**TASK DESCRIPTION:** Find the line containing "#80=IFCINDEXEDPOLYGONALFACE((1,5,6,2));" in the records below. Copy exactly that line and each one after it, ending at the line containing "#83=IFCINDEXEDPOLYGONALFACE((5,7,8,6));", and nothing more.

--- LISTED ENTRIES ---

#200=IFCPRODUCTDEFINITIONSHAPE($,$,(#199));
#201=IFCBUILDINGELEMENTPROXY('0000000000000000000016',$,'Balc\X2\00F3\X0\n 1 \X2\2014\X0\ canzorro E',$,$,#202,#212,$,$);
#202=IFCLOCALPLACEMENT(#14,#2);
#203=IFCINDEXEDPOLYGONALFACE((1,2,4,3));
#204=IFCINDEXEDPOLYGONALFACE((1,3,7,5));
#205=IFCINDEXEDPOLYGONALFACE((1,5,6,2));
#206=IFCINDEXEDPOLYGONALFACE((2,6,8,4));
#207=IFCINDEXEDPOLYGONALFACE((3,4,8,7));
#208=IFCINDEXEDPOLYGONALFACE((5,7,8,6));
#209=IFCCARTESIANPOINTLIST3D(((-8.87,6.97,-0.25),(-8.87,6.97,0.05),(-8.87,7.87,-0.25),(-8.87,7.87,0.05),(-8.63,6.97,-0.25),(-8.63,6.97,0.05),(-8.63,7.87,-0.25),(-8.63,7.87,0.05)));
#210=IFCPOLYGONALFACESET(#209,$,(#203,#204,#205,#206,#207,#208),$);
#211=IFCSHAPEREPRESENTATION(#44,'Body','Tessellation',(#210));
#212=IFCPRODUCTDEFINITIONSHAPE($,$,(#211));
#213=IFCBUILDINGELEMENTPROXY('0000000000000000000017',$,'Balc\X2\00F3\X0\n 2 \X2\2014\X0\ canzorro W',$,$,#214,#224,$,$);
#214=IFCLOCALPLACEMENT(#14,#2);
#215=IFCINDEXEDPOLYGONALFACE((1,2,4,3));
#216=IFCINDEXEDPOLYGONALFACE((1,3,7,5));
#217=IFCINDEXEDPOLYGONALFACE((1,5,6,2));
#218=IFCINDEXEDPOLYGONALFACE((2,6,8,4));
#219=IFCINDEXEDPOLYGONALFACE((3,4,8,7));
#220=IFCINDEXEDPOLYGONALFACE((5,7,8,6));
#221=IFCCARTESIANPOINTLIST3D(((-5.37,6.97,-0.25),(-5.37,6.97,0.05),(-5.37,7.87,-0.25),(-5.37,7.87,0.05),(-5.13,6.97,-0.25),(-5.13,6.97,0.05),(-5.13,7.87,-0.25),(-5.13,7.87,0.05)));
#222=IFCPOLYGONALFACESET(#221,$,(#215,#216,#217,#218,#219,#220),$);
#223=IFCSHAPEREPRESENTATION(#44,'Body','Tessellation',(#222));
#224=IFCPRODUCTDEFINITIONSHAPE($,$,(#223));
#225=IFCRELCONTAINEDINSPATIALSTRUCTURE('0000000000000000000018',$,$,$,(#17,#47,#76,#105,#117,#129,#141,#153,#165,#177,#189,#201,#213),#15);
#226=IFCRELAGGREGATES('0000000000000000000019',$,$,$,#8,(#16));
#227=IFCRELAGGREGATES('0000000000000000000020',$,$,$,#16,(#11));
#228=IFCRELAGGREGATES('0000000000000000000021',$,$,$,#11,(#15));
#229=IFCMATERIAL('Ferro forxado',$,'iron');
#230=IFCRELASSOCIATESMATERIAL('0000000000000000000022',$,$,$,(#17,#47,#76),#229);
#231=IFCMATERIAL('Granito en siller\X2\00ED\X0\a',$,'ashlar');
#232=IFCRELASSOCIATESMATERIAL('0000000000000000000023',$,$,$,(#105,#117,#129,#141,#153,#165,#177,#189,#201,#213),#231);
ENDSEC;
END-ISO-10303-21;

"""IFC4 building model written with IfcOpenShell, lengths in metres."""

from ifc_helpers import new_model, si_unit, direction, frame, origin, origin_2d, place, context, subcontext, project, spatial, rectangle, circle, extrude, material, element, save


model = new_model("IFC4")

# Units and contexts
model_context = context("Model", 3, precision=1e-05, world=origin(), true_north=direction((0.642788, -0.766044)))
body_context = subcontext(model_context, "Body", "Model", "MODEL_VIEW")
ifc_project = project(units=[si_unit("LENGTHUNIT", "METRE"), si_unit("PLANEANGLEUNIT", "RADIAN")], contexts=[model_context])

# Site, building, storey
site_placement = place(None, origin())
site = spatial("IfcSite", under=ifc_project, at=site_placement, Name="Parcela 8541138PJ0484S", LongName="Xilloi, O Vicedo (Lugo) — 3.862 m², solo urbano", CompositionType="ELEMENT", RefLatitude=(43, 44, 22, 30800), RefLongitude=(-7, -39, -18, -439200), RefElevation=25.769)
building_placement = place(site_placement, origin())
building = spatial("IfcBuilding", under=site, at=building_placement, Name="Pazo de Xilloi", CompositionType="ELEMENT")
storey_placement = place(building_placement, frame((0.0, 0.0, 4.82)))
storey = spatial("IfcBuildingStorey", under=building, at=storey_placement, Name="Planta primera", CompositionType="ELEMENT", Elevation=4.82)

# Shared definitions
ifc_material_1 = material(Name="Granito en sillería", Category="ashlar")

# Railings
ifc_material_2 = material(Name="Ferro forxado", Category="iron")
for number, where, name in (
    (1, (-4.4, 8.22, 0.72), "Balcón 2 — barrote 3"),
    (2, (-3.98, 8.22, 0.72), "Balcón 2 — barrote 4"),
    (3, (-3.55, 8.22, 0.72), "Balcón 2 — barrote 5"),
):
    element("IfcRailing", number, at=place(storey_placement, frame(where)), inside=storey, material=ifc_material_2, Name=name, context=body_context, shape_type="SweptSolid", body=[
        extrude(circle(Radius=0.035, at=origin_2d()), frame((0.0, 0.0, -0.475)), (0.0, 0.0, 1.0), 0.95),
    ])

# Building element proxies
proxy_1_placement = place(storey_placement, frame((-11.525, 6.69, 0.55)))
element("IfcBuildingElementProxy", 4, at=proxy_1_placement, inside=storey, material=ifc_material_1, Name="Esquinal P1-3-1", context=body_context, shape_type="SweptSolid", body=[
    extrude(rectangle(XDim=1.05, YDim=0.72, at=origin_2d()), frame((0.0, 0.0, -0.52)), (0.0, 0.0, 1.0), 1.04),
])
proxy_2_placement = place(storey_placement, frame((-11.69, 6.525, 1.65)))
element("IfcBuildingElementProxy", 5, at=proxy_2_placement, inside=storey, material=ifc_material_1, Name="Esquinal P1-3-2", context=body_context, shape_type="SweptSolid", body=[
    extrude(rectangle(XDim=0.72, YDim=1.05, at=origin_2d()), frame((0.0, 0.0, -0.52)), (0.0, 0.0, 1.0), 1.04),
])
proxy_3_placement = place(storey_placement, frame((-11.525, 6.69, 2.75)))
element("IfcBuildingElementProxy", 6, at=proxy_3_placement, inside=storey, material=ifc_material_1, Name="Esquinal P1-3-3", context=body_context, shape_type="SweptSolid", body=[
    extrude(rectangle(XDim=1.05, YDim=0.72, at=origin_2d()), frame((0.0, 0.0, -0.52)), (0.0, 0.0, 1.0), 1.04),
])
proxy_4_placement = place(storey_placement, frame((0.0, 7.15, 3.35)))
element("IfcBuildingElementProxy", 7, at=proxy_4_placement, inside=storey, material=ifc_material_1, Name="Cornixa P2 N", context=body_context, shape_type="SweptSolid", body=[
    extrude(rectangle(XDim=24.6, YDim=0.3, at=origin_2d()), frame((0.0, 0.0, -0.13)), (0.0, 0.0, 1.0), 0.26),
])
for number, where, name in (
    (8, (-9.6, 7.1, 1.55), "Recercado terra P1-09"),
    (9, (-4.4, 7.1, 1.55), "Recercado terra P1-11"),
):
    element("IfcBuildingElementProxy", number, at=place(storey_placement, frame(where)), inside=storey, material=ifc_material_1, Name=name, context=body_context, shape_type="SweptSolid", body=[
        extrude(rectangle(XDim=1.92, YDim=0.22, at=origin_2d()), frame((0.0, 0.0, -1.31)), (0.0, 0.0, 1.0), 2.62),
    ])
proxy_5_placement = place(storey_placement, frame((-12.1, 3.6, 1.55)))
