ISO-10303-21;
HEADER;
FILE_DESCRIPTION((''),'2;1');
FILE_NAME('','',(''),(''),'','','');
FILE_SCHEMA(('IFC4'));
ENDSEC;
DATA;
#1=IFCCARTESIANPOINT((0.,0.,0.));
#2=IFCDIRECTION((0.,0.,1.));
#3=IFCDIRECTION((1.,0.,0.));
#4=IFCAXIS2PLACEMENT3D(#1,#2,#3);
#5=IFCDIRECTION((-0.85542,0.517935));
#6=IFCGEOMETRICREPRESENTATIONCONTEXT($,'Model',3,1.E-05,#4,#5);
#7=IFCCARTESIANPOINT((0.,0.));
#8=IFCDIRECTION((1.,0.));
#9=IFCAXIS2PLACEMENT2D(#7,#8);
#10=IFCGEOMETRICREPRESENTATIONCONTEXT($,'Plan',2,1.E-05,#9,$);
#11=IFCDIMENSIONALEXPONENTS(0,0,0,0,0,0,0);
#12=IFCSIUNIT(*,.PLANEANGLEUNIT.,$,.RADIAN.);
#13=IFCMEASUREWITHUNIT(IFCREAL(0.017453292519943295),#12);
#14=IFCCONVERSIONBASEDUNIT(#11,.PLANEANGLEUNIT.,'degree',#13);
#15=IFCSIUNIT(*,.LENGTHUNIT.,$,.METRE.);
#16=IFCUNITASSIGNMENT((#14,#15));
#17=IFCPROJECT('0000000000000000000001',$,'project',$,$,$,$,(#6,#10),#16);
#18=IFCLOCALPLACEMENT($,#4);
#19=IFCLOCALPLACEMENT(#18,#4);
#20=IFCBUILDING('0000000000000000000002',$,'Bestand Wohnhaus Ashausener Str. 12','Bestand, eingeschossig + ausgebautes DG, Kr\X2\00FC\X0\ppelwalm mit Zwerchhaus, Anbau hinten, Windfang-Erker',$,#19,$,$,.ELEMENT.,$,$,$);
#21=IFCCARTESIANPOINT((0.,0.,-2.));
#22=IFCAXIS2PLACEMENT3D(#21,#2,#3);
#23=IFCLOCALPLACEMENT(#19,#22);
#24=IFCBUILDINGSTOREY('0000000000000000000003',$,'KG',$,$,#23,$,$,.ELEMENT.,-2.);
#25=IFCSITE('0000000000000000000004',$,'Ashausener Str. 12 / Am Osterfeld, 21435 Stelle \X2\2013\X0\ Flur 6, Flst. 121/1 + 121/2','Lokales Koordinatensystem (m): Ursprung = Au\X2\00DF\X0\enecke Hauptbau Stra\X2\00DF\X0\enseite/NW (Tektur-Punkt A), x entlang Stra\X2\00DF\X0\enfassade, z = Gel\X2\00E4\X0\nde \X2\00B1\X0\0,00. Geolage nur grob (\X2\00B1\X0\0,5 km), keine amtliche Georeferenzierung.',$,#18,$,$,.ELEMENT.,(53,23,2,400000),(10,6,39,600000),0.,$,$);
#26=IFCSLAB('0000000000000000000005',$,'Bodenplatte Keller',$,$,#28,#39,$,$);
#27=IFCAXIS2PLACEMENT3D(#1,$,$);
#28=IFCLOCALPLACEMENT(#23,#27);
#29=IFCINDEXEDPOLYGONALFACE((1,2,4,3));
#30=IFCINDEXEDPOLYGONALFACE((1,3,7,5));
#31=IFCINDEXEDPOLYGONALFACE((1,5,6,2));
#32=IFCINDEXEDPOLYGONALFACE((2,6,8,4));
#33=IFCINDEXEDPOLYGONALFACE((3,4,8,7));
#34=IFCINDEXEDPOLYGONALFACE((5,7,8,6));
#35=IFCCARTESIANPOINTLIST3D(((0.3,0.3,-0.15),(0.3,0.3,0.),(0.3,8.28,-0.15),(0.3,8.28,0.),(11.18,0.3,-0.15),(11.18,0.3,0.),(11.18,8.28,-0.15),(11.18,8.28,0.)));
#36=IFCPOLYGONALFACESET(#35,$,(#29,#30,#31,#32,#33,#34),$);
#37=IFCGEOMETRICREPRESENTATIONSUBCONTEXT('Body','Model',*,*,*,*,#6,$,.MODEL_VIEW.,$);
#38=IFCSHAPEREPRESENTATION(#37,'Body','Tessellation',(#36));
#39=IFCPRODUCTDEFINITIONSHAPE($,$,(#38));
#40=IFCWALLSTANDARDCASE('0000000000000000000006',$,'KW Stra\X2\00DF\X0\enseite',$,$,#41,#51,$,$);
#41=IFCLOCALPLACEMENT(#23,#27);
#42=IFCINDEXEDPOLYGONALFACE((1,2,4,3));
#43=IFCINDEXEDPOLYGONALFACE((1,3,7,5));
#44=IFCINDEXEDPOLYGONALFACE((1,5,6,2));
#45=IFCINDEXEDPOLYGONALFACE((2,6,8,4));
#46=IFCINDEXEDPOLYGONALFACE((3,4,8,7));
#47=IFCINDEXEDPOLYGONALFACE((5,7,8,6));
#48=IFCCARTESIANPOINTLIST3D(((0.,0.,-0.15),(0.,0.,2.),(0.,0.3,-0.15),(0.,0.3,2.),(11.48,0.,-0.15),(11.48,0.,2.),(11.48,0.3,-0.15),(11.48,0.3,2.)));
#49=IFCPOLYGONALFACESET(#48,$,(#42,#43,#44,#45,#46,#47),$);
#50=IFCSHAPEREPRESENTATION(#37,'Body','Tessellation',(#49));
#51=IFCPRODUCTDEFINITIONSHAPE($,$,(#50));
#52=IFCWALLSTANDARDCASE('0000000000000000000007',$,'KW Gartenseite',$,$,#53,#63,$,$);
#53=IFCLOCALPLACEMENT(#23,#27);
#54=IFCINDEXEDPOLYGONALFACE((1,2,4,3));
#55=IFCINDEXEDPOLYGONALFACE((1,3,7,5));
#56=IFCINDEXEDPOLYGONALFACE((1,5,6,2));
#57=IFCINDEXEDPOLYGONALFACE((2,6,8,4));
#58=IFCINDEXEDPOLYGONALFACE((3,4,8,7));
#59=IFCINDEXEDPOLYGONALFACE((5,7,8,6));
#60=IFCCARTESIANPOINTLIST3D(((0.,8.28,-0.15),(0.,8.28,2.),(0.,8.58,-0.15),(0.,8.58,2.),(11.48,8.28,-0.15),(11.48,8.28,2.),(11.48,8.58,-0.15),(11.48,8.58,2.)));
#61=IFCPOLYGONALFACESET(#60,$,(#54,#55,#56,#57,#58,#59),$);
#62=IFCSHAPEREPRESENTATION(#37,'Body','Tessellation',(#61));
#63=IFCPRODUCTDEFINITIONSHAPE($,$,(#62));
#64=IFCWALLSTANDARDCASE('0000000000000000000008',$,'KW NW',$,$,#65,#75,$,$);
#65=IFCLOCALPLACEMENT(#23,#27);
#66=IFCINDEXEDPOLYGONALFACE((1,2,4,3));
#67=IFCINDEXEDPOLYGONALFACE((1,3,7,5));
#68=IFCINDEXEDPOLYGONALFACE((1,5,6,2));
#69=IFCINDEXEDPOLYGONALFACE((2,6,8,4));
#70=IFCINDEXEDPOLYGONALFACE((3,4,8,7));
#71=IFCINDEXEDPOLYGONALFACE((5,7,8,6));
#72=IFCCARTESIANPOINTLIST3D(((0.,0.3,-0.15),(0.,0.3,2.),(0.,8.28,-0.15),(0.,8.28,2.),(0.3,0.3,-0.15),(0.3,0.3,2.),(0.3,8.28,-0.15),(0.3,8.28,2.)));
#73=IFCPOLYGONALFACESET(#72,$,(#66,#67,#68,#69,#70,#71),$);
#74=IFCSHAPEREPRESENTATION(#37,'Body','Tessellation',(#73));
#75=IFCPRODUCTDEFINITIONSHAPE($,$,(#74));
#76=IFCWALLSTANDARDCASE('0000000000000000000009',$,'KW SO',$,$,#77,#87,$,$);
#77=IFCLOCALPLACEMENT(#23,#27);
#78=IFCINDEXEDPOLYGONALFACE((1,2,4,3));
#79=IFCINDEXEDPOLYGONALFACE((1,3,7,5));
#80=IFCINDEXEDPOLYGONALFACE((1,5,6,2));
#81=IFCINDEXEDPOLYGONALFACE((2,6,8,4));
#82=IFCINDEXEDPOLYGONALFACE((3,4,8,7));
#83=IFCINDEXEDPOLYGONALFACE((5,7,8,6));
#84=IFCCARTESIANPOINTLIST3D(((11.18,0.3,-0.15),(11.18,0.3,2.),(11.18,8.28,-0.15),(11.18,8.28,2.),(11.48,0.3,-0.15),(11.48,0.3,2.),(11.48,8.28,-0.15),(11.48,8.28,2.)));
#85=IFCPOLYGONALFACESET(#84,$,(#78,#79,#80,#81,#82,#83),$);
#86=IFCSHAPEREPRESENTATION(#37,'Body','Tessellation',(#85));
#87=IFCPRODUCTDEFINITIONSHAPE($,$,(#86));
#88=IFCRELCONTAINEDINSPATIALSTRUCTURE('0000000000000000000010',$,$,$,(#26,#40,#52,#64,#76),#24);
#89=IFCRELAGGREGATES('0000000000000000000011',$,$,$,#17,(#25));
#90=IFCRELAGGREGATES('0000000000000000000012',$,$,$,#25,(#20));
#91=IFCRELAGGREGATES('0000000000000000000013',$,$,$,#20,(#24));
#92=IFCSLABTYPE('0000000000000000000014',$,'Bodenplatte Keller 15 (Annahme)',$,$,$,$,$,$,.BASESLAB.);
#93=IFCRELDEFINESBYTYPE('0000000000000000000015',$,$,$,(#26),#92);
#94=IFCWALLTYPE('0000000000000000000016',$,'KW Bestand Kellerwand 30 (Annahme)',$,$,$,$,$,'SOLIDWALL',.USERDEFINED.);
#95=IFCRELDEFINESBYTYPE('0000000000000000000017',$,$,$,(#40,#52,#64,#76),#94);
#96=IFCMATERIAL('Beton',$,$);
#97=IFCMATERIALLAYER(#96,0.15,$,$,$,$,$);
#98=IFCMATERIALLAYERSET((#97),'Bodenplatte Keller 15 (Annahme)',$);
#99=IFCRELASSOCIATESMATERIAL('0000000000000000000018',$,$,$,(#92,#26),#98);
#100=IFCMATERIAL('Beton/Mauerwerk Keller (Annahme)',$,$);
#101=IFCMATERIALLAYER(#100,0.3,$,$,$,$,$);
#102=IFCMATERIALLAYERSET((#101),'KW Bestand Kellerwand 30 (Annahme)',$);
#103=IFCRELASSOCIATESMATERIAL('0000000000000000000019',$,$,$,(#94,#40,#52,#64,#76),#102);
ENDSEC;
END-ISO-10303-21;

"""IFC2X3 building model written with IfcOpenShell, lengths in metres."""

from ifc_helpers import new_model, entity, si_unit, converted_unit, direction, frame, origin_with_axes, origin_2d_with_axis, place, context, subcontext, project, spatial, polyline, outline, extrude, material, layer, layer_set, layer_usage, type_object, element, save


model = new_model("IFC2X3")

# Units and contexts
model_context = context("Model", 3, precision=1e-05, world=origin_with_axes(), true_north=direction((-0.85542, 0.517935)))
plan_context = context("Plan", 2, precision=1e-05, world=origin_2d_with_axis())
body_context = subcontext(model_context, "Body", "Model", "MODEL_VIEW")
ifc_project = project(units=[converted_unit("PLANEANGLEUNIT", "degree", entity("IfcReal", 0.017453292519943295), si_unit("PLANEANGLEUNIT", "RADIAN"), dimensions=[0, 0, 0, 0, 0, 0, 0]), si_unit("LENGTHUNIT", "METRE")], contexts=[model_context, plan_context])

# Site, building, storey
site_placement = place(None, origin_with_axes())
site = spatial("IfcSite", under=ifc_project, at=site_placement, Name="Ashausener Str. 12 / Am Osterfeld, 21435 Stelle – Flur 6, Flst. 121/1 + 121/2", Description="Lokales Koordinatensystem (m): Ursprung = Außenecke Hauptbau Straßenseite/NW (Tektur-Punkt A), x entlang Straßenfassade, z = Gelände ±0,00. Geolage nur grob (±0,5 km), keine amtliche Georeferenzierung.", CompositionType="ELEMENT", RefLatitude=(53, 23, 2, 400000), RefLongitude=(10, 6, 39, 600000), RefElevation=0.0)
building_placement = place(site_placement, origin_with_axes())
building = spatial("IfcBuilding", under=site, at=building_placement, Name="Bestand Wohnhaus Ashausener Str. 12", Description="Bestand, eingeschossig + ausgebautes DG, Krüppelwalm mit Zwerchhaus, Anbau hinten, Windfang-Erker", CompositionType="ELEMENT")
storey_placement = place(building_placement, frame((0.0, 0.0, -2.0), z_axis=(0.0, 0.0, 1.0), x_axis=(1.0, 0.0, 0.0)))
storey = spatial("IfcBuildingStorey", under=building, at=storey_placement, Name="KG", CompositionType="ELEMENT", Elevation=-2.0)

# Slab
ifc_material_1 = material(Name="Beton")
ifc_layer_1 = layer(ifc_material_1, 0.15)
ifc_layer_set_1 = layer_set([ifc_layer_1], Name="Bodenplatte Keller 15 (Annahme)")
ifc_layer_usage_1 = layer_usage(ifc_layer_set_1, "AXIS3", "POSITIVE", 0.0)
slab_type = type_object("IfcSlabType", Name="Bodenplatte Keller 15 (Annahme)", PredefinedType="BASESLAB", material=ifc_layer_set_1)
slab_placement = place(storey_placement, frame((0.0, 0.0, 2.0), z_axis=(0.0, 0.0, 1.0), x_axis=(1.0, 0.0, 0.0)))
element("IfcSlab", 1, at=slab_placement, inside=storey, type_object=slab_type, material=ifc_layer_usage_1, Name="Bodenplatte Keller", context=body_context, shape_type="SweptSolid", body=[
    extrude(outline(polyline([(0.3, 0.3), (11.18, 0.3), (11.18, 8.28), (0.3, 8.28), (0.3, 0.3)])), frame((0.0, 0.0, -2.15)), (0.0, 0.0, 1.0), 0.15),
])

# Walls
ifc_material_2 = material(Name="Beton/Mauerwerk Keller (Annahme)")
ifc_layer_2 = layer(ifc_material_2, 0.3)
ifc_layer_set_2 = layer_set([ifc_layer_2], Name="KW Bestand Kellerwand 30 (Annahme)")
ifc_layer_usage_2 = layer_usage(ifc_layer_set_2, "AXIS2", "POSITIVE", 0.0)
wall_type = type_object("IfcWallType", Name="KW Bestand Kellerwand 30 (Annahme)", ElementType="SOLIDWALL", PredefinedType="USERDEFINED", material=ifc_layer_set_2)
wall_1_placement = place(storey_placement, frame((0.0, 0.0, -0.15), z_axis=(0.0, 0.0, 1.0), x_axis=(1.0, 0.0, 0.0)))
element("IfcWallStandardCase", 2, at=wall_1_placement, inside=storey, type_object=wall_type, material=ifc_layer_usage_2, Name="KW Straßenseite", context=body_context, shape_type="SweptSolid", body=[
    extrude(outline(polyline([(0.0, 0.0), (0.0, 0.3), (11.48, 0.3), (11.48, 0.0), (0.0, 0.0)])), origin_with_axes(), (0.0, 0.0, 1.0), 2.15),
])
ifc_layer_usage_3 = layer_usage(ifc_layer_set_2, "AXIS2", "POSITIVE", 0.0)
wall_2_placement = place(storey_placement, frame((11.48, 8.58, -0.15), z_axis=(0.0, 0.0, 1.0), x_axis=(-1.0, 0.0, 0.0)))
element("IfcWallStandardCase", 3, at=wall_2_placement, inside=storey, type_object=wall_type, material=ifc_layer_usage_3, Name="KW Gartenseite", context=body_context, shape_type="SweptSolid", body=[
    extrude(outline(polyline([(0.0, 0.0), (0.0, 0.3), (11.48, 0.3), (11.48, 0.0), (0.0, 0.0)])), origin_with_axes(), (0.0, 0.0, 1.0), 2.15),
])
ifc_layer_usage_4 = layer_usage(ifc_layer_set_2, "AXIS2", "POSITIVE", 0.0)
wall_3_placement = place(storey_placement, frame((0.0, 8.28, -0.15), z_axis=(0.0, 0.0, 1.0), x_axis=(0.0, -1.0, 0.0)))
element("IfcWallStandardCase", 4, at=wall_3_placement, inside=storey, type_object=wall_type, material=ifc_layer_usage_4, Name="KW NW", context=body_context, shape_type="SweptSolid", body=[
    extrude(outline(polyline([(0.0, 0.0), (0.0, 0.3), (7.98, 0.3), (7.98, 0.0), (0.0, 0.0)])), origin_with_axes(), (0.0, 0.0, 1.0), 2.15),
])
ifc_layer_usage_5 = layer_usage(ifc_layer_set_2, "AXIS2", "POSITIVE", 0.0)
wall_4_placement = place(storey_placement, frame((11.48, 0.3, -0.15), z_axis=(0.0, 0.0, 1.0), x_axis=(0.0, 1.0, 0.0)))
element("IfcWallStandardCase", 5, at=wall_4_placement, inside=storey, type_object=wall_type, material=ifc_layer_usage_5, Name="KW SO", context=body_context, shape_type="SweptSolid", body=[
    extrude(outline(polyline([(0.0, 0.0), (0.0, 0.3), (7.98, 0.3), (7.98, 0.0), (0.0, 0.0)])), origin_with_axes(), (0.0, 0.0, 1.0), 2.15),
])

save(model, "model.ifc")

---

**TASK SOLUTION:**
#80=IFCINDEXEDPOLYGONALFACE((1,5,6,2));
#81=IFCINDEXEDPOLYGONALFACE((2,6,8,4));
#82=IFCINDEXEDPOLYGONALFACE((3,4,8,7));
#83=IFCINDEXEDPOLYGONALFACE((5,7,8,6));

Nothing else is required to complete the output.